The highest level of learning according to Bloom’s Taxonomy is the ability for learners to create. Instead of thinking that the end of a course needs a final exam, we should seek instead to allow opportunities for learners to create something new with the knowledge that was given. Having creation in mind could help you design a course with all assignments culminating in the final project. What would you want your learners to be able to do at the end of the course? Surely the answer shouldn’t be to ace an exam and it is important to spend some time thinking about what the course accomplishes.
I’ve been fortunate to collaborate on many types, of online courses, both within corporate and higher education settings and the best part is always discussing what the end goals should be. The only reason we learn is so that we can DO. The “DO” is the most important part of the equation and you can get creative on accomplishing this in the digital classroom. Many jobs are now working digitally and provide perfect examples of potential deliverables that work for many different subjects. Whether this includes a webinar, team report, simulations, and even a shared living status report could all be great examples of “Create”. One of the most interesting deliverables I’ve been a part of included students giving a virtual tour of their favorite East Asian location, where they had to point out unique historical facts and talk as if they were there.
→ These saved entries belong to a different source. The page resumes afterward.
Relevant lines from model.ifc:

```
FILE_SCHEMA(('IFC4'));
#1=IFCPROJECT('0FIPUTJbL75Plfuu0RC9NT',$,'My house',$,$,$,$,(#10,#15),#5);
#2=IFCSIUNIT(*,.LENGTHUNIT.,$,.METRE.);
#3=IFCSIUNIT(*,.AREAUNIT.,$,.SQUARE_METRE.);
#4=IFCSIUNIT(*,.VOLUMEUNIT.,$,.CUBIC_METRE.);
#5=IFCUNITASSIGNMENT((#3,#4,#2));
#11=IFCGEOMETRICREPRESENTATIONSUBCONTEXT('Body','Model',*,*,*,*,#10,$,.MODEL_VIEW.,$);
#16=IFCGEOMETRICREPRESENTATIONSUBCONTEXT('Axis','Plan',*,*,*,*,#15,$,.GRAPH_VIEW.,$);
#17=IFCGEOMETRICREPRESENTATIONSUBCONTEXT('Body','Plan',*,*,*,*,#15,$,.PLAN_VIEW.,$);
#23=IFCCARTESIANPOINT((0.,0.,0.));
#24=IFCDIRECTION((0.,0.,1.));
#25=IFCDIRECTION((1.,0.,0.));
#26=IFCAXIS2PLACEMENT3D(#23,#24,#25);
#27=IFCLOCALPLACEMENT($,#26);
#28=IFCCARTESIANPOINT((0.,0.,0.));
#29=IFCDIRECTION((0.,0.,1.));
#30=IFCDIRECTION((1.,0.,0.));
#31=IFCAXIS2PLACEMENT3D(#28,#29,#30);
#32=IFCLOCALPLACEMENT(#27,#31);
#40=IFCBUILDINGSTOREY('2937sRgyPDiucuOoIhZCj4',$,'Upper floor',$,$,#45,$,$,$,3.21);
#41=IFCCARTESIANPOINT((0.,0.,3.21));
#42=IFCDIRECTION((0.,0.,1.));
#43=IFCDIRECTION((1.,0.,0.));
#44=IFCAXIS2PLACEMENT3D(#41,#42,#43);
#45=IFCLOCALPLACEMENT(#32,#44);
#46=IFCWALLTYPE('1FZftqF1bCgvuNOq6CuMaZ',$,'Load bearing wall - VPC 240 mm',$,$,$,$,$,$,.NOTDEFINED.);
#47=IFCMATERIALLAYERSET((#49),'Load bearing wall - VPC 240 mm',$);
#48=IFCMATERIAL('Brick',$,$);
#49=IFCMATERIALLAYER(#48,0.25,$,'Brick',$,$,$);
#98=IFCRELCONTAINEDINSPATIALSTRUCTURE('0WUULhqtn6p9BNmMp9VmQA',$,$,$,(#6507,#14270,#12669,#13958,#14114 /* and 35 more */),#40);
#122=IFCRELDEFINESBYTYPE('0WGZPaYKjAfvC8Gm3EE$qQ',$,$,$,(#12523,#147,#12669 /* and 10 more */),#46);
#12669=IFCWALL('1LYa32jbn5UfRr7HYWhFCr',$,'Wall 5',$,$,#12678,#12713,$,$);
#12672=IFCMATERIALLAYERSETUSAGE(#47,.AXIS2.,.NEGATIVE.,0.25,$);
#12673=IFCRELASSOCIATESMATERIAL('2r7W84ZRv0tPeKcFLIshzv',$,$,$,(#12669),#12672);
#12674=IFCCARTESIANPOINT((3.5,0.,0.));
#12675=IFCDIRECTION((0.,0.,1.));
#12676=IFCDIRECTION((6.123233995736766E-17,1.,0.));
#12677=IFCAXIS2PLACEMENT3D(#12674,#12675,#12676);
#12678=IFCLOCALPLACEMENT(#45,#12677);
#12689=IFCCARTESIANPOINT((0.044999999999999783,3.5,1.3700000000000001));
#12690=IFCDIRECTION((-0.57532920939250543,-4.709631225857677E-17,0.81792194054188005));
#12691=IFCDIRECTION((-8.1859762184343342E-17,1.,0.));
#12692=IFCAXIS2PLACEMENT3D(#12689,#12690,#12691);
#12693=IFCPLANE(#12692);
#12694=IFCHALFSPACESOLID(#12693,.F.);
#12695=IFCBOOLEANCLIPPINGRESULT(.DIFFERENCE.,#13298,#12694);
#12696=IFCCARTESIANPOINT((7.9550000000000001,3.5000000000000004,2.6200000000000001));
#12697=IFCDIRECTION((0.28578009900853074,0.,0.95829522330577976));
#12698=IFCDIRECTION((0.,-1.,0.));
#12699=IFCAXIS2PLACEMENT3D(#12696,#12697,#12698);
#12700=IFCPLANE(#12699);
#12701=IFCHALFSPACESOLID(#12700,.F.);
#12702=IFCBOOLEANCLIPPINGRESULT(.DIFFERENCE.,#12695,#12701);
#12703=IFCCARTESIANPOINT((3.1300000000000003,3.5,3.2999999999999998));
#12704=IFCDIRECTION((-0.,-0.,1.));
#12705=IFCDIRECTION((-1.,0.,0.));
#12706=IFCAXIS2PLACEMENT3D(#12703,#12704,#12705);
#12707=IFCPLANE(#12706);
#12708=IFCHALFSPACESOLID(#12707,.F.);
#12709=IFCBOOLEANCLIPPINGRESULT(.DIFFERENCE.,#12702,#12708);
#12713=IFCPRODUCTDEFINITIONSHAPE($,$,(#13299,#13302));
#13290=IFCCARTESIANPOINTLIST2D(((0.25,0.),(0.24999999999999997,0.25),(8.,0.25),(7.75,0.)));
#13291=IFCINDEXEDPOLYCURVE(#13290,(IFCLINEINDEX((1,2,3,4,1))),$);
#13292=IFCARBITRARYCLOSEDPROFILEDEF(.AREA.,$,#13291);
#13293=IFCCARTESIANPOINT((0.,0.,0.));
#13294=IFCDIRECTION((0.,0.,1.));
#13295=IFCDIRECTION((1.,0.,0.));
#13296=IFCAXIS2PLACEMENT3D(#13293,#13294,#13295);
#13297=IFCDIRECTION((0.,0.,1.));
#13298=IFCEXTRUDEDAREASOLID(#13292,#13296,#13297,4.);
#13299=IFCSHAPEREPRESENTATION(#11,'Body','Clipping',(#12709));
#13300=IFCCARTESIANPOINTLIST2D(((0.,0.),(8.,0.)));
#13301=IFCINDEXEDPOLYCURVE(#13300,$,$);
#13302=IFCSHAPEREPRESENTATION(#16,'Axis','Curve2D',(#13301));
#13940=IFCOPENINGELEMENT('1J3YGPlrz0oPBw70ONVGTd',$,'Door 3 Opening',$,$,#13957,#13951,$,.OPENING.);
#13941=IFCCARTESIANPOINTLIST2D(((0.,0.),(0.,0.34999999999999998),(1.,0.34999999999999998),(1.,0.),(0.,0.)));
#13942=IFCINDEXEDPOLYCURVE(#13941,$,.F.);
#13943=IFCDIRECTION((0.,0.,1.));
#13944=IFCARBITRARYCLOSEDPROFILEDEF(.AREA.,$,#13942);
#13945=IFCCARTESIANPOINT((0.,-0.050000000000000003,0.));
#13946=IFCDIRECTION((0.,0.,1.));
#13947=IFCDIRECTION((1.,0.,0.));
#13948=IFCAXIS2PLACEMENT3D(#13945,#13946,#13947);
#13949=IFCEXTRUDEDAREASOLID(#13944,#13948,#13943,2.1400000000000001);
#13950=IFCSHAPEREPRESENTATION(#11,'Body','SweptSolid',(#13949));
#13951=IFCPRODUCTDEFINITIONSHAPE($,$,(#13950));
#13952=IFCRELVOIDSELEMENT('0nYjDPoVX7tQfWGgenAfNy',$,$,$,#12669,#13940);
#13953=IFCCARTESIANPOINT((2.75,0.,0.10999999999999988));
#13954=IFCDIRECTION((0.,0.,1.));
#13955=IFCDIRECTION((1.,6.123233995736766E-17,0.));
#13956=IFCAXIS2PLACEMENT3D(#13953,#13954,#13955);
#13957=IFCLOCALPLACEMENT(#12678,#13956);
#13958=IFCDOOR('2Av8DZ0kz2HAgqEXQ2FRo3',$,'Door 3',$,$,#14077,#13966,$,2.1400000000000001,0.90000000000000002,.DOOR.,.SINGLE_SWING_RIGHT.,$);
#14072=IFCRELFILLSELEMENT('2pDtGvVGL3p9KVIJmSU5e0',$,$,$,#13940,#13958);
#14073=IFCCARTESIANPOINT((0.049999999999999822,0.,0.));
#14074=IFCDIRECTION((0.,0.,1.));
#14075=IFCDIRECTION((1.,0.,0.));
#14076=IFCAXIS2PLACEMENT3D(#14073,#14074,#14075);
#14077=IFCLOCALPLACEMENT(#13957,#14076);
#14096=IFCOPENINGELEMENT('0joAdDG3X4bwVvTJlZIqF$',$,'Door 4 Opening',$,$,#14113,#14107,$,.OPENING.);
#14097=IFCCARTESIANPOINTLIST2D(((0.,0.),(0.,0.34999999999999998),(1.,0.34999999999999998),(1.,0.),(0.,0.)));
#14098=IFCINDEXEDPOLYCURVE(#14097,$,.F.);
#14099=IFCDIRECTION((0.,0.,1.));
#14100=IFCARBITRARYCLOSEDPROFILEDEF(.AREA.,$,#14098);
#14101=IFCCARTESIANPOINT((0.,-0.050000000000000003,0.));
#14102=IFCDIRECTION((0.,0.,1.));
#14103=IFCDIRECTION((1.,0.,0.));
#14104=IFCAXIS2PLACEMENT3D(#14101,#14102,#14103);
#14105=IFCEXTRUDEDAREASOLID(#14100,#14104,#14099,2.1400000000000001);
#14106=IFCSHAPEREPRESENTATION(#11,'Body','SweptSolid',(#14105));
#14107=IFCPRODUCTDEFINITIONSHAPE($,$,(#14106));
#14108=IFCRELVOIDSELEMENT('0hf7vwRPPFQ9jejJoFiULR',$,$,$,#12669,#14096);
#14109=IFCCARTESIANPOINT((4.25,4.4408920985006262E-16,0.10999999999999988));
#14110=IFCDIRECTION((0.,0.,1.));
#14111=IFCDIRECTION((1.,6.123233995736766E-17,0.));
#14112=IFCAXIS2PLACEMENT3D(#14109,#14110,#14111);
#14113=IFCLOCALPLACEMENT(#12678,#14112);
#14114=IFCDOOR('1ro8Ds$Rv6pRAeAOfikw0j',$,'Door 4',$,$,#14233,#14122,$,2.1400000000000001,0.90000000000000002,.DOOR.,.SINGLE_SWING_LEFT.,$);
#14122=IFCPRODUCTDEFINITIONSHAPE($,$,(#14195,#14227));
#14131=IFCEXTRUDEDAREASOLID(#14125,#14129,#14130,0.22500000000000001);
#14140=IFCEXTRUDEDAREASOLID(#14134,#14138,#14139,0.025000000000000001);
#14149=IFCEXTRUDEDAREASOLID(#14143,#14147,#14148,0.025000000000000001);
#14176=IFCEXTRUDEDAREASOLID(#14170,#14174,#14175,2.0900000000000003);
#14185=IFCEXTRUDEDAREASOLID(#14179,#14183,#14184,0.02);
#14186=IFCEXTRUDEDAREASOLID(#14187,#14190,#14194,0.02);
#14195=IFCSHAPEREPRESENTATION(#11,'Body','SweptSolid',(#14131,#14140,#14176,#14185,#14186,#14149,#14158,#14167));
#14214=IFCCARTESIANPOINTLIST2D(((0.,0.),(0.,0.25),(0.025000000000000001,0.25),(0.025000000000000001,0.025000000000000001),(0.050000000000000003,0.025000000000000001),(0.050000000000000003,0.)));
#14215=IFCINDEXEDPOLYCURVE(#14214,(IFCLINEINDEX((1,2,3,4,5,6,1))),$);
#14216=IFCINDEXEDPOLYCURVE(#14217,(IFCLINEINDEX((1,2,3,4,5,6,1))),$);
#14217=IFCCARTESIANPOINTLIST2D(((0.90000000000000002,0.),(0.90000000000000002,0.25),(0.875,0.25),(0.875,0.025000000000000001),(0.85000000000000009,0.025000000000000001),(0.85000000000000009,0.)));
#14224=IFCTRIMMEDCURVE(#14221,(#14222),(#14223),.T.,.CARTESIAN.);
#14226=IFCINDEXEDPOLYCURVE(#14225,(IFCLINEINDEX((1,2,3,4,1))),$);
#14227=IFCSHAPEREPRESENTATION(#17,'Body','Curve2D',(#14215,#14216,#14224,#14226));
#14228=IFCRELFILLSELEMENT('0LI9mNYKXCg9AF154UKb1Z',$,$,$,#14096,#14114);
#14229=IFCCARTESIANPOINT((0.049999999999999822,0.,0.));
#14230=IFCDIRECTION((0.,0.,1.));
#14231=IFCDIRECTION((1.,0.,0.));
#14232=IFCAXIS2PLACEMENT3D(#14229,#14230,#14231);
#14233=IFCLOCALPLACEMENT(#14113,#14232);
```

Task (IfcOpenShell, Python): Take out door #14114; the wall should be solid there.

```python
import ifcopenshell
import ifcopenshell.api.feature
import ifcopenshell.api.root
import ifcopenshell.geom
import ifcopenshell.util.shape

model = ifcopenshell.open("model.ifc")
settings = ifcopenshell.geom.settings()


def volume(element):
    """Net volume in cubic metres, openings subtracted."""
    shape = ifcopenshell.geom.create_shape(settings, element)
    return ifcopenshell.util.shape.get_volume(shape.geometry)


door = model.by_id(14114)
opening = door.FillsVoids[0].RelatingOpeningElement
wall = opening.VoidsElements[0].RelatingBuildingElement
before = volume(wall)

ifcopenshell.api.root.remove_product(model, product=door)
ifcopenshell.api.feature.remove_feature(model, feature=opening)

after = volume(wall)

print(f"wall volume {before:.3f} -> {after:.3f} m3")

model.write("model_updated.ifc")
```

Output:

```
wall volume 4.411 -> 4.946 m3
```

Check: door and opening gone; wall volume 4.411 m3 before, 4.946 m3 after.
Note: this was a completely online course, where none of the students went to East Asia.
Online learning does not suck, but bad learning design does! When students are complaining about the online learning experience they are complaining about the lack of opportunities within the areas mentioned above. UX/UI design has become a staple of new technology and some of these principles are important to remember when we create our online courses. Instructors and Instructional Designers need to place themselves in the perspective of the students. More time needs to be spent focusing on how you can get learners doing and less time reading/listening.
Digital learning can meet the demands of today’s students, but only if it is created with best practices in mind. Unfortunately, COVID-19 is not going anywhere and the move to online will continue to be under a microscope. Institutions must be prepared for this next round of digital learning. Everything about our current situation screams that the old way of doing things is no longer sufficient and we must continue to innovate in all facets to help prepare learners for what is and what will be.